● EXERCISE AIM
Whenever a line below includes the string "under", show it.
======== INPUT DATA
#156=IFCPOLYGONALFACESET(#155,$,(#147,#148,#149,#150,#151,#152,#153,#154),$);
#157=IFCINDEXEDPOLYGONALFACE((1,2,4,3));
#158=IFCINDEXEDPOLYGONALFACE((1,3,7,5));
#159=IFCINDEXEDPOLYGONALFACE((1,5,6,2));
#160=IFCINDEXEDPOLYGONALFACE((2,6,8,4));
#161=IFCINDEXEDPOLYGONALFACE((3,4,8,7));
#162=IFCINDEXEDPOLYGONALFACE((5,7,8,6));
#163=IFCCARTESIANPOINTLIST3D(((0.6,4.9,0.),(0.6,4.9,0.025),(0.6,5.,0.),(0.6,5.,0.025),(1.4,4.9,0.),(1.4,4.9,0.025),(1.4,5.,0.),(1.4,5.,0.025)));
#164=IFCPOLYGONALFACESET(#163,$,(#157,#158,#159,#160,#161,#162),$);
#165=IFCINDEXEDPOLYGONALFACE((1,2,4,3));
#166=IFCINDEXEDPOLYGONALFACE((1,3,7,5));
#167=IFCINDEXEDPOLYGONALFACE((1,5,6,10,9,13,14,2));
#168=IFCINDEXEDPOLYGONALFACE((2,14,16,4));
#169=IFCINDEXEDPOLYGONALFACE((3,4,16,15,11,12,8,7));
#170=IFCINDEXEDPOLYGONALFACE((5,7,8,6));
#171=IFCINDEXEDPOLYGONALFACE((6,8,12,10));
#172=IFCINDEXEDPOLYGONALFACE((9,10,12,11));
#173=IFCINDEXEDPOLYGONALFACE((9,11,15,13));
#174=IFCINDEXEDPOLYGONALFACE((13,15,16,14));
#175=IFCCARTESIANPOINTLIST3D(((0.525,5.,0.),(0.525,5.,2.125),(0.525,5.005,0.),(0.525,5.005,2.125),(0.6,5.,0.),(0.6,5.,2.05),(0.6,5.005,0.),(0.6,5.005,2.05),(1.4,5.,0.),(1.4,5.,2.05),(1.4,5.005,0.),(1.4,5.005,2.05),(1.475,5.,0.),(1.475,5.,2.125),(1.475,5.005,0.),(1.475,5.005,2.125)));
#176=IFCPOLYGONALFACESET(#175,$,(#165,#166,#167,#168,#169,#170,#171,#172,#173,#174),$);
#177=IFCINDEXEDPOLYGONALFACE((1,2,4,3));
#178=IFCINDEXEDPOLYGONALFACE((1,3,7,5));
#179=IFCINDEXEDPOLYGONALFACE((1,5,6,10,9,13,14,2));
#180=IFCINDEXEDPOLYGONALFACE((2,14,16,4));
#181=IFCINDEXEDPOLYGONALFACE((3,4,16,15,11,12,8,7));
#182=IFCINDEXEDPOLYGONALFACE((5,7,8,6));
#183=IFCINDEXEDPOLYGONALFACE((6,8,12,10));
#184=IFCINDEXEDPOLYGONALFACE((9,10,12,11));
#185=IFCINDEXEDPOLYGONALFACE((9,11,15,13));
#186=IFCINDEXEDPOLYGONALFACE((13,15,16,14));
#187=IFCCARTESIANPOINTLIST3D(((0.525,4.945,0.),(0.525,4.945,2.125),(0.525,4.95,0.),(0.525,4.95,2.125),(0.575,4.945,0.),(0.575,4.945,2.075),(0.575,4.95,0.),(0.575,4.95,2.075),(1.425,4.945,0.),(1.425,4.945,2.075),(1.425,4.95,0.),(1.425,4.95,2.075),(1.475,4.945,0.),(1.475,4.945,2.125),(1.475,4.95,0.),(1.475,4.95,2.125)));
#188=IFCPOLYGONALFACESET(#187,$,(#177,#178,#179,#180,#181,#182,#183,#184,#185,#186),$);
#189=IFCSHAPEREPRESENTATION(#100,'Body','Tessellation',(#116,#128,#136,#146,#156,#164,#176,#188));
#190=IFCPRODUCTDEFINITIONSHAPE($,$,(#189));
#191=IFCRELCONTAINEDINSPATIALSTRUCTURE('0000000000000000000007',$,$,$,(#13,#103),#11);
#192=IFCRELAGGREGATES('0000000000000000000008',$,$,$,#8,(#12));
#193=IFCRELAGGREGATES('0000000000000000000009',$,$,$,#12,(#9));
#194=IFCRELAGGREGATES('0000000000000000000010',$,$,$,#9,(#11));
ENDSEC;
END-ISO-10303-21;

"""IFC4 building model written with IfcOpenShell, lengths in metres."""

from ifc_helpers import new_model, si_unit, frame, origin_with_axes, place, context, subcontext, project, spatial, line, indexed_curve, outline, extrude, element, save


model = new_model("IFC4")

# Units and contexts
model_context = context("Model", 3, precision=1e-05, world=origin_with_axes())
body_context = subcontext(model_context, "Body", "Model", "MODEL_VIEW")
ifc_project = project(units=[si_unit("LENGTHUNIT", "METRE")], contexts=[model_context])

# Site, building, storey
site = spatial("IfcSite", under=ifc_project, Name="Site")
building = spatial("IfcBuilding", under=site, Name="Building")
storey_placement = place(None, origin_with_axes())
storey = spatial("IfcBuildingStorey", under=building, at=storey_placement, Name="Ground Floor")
================
======== INPUT DATA
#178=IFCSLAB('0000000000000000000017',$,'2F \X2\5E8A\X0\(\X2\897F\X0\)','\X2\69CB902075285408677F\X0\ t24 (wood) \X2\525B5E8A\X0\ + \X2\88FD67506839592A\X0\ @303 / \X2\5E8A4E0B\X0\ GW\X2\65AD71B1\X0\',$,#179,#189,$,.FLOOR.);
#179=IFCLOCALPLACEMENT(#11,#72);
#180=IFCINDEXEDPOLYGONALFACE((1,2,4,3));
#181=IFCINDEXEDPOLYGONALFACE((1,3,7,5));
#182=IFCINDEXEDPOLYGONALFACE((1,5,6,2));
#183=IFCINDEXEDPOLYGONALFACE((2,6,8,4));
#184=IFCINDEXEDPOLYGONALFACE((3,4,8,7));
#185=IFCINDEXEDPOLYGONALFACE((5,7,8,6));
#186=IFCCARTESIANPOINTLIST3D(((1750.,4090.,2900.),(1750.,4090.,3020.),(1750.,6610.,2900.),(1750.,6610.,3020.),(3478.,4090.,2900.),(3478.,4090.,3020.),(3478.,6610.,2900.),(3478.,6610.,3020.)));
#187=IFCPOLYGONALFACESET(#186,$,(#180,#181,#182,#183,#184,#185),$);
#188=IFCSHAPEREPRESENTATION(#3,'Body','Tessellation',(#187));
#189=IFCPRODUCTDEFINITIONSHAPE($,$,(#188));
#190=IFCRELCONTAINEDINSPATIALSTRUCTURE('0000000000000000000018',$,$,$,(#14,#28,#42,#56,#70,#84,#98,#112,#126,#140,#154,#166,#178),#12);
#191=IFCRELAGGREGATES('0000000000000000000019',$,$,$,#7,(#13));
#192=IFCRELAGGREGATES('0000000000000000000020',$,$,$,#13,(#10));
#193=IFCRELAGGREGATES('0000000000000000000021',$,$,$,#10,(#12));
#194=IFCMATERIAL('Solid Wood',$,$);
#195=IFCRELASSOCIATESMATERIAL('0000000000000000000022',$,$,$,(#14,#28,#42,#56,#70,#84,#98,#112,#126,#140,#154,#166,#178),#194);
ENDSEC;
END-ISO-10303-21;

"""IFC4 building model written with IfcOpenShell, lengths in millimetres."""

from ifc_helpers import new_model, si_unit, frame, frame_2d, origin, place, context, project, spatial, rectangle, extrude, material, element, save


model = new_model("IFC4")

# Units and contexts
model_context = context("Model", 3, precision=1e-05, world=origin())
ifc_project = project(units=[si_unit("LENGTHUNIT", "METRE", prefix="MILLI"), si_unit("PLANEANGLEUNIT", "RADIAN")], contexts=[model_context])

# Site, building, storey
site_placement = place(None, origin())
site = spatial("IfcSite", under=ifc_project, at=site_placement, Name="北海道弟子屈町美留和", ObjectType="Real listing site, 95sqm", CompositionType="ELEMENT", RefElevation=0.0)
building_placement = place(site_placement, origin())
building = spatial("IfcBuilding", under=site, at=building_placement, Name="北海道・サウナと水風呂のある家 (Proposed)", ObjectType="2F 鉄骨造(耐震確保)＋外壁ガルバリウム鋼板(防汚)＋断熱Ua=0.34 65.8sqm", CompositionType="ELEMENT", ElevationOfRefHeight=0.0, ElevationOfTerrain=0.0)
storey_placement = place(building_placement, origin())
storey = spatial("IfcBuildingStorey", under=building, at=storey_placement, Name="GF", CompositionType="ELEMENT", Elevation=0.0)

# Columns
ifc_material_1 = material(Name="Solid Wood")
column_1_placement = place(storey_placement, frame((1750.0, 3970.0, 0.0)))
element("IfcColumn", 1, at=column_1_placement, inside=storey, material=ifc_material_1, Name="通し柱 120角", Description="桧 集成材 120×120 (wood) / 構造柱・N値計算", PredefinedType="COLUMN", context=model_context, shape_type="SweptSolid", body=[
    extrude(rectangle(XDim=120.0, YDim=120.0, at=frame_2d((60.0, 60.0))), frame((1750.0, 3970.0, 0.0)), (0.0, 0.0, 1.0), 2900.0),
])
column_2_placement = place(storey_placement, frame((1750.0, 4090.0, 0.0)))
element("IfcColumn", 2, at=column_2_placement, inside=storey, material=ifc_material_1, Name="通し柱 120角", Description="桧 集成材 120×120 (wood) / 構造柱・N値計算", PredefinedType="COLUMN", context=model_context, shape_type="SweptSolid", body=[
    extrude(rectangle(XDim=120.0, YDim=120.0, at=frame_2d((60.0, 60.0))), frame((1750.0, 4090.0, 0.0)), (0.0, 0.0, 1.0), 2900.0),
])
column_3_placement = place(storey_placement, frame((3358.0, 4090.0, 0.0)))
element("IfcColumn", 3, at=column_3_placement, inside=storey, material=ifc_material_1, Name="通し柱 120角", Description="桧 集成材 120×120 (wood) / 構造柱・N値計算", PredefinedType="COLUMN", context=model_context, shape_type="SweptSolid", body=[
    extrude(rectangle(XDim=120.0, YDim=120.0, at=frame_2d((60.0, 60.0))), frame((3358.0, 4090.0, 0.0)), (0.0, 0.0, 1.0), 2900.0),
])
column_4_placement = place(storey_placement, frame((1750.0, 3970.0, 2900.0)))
================
======== INPUT DATA
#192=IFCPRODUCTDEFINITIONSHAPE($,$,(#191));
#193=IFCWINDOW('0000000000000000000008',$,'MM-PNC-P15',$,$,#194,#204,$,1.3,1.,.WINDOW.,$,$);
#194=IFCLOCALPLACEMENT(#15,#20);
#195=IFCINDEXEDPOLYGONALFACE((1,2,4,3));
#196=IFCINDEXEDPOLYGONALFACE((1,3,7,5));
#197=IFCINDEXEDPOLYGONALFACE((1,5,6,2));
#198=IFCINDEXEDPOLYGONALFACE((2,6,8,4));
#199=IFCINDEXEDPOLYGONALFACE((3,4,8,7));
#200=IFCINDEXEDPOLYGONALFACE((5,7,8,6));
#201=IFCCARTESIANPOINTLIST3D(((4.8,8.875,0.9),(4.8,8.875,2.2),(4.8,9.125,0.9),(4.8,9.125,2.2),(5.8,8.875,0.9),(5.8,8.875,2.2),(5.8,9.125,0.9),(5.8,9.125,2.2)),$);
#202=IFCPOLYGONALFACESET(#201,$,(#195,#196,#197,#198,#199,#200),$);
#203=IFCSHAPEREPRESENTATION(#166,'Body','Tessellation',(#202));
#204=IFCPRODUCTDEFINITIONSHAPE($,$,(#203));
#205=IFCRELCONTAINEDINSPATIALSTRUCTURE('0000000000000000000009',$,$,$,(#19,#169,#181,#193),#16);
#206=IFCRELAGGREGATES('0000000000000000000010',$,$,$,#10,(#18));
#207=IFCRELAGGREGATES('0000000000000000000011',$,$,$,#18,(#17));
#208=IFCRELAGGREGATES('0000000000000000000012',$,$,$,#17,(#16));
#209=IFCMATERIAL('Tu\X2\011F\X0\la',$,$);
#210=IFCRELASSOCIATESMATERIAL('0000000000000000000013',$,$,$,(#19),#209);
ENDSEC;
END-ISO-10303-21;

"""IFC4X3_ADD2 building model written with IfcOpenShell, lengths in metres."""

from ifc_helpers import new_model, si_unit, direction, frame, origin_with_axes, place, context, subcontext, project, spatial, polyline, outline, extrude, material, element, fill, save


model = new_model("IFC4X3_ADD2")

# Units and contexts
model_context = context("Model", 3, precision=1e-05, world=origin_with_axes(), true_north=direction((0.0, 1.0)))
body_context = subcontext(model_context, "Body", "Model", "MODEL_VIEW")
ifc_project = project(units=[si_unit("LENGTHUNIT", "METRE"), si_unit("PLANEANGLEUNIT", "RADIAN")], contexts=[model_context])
================
● RESULT OF THIS TASK
site = spatial("IfcSite", under=ifc_project, Name="Site")
building = spatial("IfcBuilding", under=site, Name="Building")
storey = spatial("IfcBuildingStorey", under=building, at=storey_placement, Name="Ground Floor")
site = spatial("IfcSite", under=ifc_project, at=site_placement, Name="北海道弟子屈町美留和", ObjectType="Real listing site, 95sqm", CompositionType="ELEMENT", RefElevation=0.0)
building = spatial("IfcBuilding", under=site, at=building_placement, Name="北海道・サウナと水風呂のある家 (Proposed)", ObjectType="2F 鉄骨造(耐震確保)＋外壁ガルバリウム鋼板(防汚)＋断熱Ua=0.34 65.8sqm", CompositionType="ELEMENT", ElevationOfRefHeight=0.0, ElevationOfTerrain=0.0)
storey = spatial("IfcBuildingStorey", under=building, at=storey_placement, Name="GF", CompositionType="ELEMENT", Elevation=0.0)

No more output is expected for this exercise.